Although the Constitution does not regulate Facebook, Twitter, or other platforms, federal statutes do. One statute, the Digital Millennium Copyright Act, imposes obligations on Internet platforms to take down copyright-infringing material upon notification. But platforms have no general obligation to take down content that makes false assertions of fact. Even defamatory false speech may remain up on an Internet or social media platform, because Section 230 of the Communications Decency Act of 1996 says that such platforms are not treated as the speaker or publisher for (non-copyright) liability purposes. The Act pre-empts state laws to the contrary.
Accordingly, Facebook, Twitter, and other platforms could adopt a policy of laissez-faire with respect to fake news. The fact that they have not done so reflects some combination of idealism and business judgment in response to public pressure. Yet while both Facebook and Twitter justify their respective (quite different) approaches as aiming at promoting democratic values, each approach would be unconstitutional if undertaken by a government actor.
In recent testimony before Congress, under questioning from Congresswoman Alexandria Ocasio-Cortez, Facebook's Mark Zuckerberg was less than pellucid in his explanation of the scope of the company policy of exempting politicians in political ads from its fact-checking protocol, but his justification for the policy (whatever its scope) was straightforward enough: Zuckerberg said people should be allowed to "see for themselves" what politicians say and draw their own conclusions, rather than have the company decide what they can see.
That rationale sounds broadly similar to the rationale that Justice Kennedy gave for protecting political lies in United States v. Alvarez. Issuing a warning of an Orwellian future, he wrote for the Court: "Our constitutional tradition stands against the idea that we need Oceania’s Ministry of Truth." So too, one might say, we do not want giant companies like Facebook acting as powerful censors, even if the penalty for false speech is only its removal, rather than a rat to the face in room 101.
Yet note that Facebook's policy, if adopted by a state actor, would violate the First Amendment, because it is speaker-based. A long line of SCOTUS cases treats distinctions among speakers as pernicious in the same way that distinctions based on the content or viewpoint of speech. One might think that the Supreme Court misapplied that line of cases when, in Citizens United v. FEC, it condemned a distinction between campaign speech by natural persons and such speech by corporations, but still agree with the general proposition that speaker-based distinctions often do amount to censorship.

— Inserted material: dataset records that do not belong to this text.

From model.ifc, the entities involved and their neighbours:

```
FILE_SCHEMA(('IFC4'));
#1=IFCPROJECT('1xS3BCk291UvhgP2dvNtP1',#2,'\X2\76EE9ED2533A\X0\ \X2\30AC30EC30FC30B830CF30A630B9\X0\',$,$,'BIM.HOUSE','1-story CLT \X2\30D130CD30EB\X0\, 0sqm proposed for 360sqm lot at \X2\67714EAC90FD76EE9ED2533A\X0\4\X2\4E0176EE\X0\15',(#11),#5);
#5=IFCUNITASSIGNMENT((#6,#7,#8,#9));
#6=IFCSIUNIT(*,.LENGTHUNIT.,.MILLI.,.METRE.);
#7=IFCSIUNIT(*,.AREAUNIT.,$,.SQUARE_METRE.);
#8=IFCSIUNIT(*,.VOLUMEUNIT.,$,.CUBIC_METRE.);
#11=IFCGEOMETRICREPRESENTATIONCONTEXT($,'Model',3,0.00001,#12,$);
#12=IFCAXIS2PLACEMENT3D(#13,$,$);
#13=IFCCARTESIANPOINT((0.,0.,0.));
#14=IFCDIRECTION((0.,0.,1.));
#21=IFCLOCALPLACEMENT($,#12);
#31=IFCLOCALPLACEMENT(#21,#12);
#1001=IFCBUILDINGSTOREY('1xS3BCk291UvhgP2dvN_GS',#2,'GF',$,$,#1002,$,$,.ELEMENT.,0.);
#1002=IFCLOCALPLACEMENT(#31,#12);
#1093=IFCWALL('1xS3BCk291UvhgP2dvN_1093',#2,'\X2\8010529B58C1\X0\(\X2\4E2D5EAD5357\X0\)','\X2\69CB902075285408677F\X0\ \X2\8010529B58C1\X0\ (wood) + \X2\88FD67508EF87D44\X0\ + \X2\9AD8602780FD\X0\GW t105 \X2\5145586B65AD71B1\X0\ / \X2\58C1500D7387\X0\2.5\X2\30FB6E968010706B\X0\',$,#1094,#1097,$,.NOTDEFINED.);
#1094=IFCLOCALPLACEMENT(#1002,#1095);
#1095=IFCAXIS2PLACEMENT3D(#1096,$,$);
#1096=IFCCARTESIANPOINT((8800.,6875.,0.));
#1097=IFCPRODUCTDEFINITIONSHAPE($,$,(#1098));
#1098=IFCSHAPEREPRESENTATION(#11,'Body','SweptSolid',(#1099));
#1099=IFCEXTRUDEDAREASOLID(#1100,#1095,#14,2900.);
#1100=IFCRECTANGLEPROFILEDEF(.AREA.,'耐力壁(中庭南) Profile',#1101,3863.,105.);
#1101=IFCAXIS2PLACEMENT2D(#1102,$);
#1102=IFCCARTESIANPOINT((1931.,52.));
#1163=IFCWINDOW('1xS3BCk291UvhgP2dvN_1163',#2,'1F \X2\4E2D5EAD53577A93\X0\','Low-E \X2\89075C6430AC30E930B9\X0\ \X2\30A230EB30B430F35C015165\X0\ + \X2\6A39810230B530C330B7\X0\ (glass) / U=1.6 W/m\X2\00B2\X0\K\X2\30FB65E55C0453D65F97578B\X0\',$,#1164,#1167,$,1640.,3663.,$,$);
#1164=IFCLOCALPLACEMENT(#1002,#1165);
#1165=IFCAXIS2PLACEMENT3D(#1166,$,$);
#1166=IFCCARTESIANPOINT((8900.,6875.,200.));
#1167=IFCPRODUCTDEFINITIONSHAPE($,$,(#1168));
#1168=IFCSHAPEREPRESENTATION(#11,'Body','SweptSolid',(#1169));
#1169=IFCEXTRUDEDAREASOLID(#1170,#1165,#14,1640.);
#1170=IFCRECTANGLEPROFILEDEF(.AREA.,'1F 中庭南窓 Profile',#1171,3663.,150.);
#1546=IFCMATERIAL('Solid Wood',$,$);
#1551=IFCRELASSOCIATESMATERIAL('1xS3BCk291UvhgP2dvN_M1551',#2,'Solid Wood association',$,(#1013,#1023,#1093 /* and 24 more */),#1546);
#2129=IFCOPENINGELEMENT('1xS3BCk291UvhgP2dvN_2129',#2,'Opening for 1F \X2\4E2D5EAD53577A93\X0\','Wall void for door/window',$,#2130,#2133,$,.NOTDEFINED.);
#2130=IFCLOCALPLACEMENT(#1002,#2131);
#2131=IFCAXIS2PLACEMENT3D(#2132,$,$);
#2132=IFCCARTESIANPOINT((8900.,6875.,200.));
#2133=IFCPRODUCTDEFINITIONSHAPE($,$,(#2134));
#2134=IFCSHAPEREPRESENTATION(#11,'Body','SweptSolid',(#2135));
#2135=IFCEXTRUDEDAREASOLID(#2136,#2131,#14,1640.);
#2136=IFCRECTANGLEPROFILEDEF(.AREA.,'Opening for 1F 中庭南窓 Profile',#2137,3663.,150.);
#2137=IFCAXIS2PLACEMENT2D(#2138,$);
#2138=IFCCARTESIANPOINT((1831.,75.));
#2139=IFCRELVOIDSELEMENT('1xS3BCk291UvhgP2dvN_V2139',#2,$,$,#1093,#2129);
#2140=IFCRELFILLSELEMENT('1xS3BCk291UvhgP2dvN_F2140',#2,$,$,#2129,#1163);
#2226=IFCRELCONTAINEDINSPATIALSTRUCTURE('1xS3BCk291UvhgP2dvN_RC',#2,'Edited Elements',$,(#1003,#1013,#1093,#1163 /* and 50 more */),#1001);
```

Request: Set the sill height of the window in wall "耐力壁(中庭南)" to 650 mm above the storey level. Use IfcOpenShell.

```python
import numpy as np
import ifcopenshell
import ifcopenshell.api.geometry
import ifcopenshell.geom
import ifcopenshell.util.element
import ifcopenshell.util.placement
import ifcopenshell.util.shape
import ifcopenshell.util.unit

model = ifcopenshell.open("model.ifc")
unit_scale = ifcopenshell.util.unit.calculate_unit_scale(model)

window = model.by_id(1163)
opening = window.FillsVoids[0].RelatingOpeningElement
storey = ifcopenshell.util.element.get_container(window, ifc_class="IfcBuildingStorey")
level = ifcopenshell.util.placement.get_local_placement(storey.ObjectPlacement)[2, 3]

# The opening's origin need not be at the sill, so measure its lowest point.
shape = ifcopenshell.geom.create_shape(ifcopenshell.geom.settings(), opening)
bottom = ifcopenshell.util.shape.get_shape_bottom_elevation(shape, shape.geometry) / unit_scale
dz = level + 650.0 - bottom

shift = np.array([0.0, 0.0, dz])
# The window is not placed relative to its opening, so move both.
for product in (opening, window):
    matrix = ifcopenshell.util.placement.get_local_placement(product.ObjectPlacement)
    matrix[:3, 3] += shift
    ifcopenshell.api.geometry.edit_object_placement(model, product=product, matrix=matrix, is_si=False)

print(f"moved by {dz * unit_scale:+.3f} m")

model.write("model_v2.ifc")
```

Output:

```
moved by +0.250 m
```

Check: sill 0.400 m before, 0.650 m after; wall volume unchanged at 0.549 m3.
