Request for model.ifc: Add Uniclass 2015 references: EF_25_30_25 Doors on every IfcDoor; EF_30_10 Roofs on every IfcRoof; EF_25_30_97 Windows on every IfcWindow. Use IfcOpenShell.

First a look at what the model holds.

```python
import ifcopenshell

model = ifcopenshell.open("model.ifc")
print(model.schema)
print("classifications:", [c.Name for c in model.by_type("IfcClassification")])
for ifc_class in ("IfcDoor", "IfcRoof", "IfcStair", "IfcWall", "IfcWindow"):
    print(ifc_class, len(model.by_type(ifc_class)))
```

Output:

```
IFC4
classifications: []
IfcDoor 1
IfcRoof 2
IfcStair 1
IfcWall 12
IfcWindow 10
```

```python
import ifcopenshell
import ifcopenshell.api.classification

model = ifcopenshell.open("model.ifc")

system = ifcopenshell.api.classification.add_classification(model, classification="Uniclass 2015")

codes = {
    "IfcDoor": ("EF_25_30_25", "Doors"),
    "IfcRoof": ("EF_30_10", "Roofs"),
    "IfcWindow": ("EF_25_30_97", "Windows"),
}
for ifc_class, (code, name) in codes.items():
    products = model.by_type(ifc_class)
    ifcopenshell.api.classification.add_reference(
        model, products=products, classification=system, identification=code, name=name
    )
    print(code, len(products))

model.write("model_v2.ifc")
```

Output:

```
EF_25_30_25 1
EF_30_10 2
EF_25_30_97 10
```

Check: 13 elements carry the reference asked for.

As the Court put the point in Citizens United: "Quite apart from the purpose or effect of regulating content, ... the Government may commit a constitutional wrong when by law it identifies certain preferred speakers."
That constitutional wrong would very much be committed by a government rule that privileged speech by politicians over speech by ordinary citizens. True, such a rule would not stifle all dissent: People running for office would be permitted to criticize incumbent politicians. However, a rule favoring speech by politicians will naturally tend to squelch dissent and undercut democracy, in which citizens are entitled to tell politicians what they think rather than simply listen quietly.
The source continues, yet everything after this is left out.